→ Requirement: Scan the material that follows. Copy every line containing the word "direction".

┄┄┄┄┄┄┄┄┄┄

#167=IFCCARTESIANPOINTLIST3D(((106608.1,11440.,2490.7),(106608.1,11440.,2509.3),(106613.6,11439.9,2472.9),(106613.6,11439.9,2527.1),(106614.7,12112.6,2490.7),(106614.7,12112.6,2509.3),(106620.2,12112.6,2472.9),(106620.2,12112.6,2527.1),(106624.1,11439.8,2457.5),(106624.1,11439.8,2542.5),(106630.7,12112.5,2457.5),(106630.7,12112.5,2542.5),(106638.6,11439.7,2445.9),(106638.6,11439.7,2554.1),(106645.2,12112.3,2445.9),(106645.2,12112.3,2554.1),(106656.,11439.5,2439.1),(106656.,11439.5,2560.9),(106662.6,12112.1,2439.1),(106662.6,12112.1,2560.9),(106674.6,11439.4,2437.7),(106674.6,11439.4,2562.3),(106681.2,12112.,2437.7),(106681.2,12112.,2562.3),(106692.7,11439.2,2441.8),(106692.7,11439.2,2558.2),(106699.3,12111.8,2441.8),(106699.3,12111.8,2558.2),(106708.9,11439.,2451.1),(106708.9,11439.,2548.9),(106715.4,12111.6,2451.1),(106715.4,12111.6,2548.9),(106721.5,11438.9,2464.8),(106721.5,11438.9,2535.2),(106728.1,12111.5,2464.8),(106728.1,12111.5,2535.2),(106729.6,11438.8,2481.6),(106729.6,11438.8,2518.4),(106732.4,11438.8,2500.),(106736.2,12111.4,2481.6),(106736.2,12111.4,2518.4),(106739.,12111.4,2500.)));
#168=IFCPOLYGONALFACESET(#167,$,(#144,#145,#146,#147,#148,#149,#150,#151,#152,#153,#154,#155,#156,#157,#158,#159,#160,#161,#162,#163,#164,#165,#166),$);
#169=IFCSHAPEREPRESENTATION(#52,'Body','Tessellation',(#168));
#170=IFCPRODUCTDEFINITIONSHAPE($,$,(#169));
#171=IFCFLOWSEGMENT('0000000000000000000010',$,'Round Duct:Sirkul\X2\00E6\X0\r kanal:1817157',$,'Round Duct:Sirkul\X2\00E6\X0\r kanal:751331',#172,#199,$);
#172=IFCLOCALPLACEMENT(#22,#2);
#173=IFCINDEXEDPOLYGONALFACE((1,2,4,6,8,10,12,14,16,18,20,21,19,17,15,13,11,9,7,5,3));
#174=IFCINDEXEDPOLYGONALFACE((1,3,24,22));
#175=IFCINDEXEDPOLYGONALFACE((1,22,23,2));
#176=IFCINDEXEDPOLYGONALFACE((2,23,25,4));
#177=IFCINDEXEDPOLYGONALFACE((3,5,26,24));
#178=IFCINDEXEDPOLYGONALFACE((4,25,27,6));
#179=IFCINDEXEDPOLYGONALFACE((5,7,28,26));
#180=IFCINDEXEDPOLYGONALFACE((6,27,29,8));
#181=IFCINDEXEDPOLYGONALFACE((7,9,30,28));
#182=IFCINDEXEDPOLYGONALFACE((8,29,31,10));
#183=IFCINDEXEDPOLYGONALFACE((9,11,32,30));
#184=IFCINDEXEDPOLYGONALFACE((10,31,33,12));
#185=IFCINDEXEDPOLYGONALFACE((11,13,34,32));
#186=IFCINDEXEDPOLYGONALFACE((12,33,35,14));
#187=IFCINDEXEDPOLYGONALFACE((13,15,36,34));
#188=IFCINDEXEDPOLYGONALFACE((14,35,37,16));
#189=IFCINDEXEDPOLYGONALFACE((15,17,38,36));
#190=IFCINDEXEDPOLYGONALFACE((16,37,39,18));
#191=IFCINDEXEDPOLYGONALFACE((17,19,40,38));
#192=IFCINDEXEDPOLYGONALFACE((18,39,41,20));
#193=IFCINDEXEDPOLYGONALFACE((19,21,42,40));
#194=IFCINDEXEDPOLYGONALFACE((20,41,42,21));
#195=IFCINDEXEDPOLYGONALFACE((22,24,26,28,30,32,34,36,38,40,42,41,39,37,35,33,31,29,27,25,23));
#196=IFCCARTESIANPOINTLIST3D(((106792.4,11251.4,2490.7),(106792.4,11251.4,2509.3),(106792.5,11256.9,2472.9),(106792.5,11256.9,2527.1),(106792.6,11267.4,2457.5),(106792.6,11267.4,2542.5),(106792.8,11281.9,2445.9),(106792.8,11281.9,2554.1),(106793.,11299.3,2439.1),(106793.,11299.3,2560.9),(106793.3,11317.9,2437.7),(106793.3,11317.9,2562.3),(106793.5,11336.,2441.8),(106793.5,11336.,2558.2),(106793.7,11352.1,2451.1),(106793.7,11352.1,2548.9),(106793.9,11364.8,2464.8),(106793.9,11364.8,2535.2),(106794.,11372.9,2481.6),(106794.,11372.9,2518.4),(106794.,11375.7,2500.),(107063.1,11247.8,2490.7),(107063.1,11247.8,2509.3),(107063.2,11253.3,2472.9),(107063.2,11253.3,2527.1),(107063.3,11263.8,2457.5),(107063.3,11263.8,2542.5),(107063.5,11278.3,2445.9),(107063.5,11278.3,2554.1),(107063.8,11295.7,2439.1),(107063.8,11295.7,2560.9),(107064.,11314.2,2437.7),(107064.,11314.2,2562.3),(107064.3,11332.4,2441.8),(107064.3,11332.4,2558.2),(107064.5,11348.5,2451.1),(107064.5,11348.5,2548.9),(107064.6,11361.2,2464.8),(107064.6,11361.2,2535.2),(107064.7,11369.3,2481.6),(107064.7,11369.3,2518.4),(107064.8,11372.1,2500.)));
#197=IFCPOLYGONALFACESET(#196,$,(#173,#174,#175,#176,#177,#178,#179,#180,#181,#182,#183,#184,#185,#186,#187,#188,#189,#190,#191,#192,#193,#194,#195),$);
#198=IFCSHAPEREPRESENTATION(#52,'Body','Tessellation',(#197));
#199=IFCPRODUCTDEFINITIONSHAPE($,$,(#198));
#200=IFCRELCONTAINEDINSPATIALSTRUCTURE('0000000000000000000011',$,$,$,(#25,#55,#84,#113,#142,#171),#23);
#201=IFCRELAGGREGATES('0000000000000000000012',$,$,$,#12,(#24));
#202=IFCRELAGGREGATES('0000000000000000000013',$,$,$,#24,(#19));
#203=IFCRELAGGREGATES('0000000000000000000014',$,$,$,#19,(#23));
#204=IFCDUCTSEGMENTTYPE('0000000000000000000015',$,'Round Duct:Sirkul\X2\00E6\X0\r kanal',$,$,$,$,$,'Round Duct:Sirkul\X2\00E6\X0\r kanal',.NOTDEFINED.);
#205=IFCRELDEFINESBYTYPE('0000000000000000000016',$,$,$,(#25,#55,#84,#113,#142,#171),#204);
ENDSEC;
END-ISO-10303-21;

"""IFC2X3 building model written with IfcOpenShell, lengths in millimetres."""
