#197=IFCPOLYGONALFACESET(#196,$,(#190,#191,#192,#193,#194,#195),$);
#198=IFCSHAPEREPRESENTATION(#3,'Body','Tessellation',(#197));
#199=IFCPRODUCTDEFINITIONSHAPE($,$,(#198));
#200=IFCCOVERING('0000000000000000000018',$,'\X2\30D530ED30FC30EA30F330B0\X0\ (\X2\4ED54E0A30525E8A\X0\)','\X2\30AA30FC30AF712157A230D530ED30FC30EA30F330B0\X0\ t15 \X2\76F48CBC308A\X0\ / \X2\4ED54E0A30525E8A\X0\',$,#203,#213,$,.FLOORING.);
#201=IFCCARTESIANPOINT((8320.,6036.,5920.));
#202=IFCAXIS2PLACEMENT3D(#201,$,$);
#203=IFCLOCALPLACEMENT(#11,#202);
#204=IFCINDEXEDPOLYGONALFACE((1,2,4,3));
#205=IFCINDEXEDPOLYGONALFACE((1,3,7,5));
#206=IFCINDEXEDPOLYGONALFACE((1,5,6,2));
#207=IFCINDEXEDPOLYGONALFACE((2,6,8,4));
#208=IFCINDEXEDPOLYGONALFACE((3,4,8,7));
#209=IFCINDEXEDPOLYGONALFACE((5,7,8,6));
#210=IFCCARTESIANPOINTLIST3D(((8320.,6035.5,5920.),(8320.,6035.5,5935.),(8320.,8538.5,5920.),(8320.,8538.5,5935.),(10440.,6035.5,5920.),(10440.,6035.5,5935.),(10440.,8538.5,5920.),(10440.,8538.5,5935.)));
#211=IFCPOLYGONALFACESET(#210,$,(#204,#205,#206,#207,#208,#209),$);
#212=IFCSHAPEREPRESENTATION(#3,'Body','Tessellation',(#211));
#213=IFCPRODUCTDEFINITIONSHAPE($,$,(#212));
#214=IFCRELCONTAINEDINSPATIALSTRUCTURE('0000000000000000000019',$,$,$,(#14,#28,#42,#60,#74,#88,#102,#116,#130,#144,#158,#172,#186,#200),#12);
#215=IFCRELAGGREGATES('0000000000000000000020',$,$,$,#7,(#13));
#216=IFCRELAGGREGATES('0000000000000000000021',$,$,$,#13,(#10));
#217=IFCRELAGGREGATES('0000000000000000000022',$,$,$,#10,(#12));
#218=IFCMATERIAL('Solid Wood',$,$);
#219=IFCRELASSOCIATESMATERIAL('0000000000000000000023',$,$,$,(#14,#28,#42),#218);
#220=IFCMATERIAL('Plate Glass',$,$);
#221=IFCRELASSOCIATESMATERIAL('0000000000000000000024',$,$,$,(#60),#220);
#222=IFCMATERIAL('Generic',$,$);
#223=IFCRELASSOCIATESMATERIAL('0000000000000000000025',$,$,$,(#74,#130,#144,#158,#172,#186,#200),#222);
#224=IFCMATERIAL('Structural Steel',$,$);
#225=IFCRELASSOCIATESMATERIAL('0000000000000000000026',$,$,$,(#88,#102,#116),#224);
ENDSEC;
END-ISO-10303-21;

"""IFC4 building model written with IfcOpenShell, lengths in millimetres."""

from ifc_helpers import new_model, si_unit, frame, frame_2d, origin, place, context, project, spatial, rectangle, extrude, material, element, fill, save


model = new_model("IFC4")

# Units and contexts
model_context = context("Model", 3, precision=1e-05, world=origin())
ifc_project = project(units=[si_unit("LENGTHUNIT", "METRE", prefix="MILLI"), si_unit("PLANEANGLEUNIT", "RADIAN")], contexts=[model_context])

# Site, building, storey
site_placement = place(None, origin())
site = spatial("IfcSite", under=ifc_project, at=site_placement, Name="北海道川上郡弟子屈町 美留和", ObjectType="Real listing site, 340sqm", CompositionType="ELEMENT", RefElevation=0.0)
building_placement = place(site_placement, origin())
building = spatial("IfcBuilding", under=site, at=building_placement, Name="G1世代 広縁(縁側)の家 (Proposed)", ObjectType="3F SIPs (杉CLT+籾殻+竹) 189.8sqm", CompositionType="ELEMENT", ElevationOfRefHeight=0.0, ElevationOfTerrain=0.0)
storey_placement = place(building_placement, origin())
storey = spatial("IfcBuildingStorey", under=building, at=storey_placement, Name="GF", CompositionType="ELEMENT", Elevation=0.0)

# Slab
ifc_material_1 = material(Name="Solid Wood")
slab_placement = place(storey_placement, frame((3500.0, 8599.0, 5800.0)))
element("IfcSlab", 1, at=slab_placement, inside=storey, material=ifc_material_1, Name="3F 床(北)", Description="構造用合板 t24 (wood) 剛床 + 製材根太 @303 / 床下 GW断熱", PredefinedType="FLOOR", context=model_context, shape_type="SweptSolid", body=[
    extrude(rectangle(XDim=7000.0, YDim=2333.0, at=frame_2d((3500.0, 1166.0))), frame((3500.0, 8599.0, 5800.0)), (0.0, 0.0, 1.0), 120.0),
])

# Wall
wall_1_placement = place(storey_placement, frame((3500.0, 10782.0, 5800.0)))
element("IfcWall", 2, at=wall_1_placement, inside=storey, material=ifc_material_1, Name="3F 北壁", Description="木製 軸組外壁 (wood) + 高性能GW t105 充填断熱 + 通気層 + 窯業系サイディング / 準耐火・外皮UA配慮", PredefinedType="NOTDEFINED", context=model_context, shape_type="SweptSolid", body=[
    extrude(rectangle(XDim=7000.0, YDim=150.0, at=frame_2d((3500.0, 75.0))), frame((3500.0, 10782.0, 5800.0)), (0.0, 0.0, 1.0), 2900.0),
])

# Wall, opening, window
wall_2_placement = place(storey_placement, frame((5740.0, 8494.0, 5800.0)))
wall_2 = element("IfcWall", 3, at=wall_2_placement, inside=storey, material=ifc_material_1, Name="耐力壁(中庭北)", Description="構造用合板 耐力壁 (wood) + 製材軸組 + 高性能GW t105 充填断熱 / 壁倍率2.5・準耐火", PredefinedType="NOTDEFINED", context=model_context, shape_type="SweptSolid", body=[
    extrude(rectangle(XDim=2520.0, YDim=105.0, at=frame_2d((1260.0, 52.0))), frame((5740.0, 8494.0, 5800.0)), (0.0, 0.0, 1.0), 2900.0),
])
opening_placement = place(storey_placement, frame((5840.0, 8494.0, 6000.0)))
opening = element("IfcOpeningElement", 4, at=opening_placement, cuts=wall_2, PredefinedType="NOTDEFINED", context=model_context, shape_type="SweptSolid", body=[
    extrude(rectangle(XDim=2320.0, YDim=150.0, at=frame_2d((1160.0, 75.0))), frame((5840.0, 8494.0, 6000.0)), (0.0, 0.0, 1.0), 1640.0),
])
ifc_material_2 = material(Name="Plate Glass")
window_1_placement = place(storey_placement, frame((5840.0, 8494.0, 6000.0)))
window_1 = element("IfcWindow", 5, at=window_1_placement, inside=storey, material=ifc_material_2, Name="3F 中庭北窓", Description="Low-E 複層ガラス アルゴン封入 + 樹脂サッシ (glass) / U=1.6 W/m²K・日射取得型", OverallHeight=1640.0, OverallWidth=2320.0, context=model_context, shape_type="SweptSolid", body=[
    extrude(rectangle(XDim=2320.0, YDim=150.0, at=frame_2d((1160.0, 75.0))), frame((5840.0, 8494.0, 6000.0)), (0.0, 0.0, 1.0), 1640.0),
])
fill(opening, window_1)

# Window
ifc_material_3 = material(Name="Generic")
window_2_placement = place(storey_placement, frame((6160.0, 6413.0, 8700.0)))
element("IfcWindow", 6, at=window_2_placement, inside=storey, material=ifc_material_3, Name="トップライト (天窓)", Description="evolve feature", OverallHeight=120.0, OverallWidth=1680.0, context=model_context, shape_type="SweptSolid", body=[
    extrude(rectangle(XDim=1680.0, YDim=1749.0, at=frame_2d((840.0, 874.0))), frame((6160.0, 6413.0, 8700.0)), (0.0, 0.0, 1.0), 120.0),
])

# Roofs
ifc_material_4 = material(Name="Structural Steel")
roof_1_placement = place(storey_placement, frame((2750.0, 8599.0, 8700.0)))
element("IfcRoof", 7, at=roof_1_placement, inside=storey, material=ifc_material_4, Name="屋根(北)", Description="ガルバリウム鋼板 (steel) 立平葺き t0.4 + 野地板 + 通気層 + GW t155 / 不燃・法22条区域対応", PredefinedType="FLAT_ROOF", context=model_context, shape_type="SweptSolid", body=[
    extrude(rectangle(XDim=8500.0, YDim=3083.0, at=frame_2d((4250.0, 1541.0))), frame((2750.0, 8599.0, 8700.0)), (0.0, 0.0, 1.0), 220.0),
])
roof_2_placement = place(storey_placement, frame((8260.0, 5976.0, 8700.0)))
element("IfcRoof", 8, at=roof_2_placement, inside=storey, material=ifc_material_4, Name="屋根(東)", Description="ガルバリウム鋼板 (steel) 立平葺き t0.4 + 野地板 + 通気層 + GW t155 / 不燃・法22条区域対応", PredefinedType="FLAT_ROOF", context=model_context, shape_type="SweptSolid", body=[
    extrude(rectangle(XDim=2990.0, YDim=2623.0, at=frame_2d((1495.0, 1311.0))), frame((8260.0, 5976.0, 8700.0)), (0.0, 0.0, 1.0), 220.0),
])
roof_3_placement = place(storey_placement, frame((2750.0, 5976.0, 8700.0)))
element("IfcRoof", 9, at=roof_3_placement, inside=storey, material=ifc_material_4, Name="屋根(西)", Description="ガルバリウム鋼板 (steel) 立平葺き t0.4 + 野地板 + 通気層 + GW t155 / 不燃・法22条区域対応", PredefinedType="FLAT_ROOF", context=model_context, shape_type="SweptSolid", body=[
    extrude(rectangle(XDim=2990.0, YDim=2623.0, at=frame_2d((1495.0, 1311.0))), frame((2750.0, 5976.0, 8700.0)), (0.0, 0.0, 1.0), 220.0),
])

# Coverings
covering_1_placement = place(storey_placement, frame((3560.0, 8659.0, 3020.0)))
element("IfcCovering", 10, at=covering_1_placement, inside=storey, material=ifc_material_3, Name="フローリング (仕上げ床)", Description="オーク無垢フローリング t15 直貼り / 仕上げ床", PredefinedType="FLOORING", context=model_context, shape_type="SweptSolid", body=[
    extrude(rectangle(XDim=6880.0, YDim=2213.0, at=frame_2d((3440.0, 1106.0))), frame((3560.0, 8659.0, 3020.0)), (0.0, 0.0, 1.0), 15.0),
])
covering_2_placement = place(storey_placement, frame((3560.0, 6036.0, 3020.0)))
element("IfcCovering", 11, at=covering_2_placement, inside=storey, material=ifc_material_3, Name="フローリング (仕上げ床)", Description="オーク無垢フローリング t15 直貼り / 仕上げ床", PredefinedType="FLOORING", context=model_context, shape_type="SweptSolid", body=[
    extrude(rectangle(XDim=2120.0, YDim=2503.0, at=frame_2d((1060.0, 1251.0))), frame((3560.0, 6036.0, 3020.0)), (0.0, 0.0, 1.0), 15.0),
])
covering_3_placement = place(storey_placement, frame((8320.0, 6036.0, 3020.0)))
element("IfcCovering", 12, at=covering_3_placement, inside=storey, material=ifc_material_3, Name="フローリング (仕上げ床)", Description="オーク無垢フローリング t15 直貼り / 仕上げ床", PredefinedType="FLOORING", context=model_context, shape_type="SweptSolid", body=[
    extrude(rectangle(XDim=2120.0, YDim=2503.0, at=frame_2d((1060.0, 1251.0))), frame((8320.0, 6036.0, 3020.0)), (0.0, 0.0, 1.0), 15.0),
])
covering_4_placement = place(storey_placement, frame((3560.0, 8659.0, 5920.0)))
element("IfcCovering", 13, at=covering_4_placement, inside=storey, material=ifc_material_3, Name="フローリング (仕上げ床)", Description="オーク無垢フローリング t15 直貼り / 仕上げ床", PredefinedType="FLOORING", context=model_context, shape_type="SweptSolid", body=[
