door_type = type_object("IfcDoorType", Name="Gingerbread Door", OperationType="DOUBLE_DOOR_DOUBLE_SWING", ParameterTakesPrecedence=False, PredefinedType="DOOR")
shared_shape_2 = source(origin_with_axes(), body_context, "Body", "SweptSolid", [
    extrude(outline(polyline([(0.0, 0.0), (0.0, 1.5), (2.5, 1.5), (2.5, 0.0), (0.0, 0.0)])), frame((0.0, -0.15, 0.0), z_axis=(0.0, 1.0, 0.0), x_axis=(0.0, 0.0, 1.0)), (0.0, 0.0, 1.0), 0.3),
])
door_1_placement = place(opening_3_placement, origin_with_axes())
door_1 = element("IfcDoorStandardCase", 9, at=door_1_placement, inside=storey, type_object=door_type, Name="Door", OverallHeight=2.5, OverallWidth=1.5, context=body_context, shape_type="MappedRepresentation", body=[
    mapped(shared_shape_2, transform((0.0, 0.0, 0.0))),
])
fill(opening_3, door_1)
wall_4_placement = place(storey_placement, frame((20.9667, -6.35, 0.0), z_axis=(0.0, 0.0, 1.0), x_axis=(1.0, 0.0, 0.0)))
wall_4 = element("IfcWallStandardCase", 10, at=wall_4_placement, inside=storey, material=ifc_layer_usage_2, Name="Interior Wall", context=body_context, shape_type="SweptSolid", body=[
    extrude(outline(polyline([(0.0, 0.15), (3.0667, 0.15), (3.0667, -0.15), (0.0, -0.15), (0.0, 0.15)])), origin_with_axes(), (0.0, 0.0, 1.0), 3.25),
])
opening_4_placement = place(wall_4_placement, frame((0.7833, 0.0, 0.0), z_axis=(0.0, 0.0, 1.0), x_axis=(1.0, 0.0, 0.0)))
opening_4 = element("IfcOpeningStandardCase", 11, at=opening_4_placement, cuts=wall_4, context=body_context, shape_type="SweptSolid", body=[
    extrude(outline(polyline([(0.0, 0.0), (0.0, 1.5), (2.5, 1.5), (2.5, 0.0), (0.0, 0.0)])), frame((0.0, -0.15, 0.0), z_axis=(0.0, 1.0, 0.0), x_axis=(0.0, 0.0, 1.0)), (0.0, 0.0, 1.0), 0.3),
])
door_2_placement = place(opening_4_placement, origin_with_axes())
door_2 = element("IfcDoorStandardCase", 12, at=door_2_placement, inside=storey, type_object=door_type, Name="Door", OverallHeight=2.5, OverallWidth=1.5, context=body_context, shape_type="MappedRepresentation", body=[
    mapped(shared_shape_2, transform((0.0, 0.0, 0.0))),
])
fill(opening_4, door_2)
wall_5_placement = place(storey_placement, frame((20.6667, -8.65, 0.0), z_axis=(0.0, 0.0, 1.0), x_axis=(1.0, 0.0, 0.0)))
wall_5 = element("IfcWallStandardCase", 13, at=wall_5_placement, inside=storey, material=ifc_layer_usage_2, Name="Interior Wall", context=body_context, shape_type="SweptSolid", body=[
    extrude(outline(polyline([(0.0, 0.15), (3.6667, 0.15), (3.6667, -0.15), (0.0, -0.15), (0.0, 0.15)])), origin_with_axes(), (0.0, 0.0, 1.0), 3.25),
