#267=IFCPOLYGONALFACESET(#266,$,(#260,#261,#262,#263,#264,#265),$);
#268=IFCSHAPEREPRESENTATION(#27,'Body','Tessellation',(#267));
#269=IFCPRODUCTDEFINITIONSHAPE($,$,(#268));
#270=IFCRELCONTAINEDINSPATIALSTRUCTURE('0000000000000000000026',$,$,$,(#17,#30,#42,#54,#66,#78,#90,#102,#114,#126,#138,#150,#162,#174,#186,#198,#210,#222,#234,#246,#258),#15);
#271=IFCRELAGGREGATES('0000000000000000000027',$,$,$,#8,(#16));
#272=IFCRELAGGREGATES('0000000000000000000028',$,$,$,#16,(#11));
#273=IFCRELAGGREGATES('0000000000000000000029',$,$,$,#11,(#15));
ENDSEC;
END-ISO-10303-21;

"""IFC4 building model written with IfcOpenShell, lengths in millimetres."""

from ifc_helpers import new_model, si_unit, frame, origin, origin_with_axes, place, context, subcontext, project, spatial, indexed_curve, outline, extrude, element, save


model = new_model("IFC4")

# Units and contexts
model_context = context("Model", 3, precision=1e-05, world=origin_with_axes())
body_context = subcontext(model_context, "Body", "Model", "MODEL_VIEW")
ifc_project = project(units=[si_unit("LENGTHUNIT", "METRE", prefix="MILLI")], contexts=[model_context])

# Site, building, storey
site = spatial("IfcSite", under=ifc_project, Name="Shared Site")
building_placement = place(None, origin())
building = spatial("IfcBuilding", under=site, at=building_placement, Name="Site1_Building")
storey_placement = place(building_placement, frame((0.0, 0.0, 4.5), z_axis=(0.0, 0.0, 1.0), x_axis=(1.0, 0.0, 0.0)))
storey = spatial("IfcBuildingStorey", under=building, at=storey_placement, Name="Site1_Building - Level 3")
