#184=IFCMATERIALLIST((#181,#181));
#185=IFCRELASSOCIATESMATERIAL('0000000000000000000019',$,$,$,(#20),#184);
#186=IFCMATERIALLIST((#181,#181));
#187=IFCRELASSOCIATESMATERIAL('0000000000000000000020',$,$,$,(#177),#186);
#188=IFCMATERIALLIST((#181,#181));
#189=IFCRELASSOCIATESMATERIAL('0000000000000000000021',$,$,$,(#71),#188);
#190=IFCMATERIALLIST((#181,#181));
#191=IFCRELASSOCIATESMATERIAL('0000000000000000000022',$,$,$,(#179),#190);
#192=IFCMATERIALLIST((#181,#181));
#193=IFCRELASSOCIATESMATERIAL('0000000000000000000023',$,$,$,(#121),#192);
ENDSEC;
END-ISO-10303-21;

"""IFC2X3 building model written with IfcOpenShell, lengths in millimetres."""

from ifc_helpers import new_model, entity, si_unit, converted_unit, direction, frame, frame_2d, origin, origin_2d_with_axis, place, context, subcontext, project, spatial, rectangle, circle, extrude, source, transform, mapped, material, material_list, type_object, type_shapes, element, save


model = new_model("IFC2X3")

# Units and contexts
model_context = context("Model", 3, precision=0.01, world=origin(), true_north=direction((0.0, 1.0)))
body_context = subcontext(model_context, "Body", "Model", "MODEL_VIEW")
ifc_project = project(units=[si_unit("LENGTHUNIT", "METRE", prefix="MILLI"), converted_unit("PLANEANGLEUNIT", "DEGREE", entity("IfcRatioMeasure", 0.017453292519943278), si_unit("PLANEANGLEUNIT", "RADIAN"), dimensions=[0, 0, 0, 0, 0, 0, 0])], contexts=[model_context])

┄┄┄┄┄┄┄┄┄┄

→ Solution:
from ifc_helpers import new_model, entity, si_unit, converted_unit, direction, frame, frame_2d, origin, origin_2d_with_axis, place, context, subcontext, project, spatial, rectangle, circle, extrude, source, transform, mapped, material, material_list, type_object, type_shapes, element, save
model_context = context("Model", 3, precision=0.01, world=origin(), true_north=direction((0.0, 1.0)))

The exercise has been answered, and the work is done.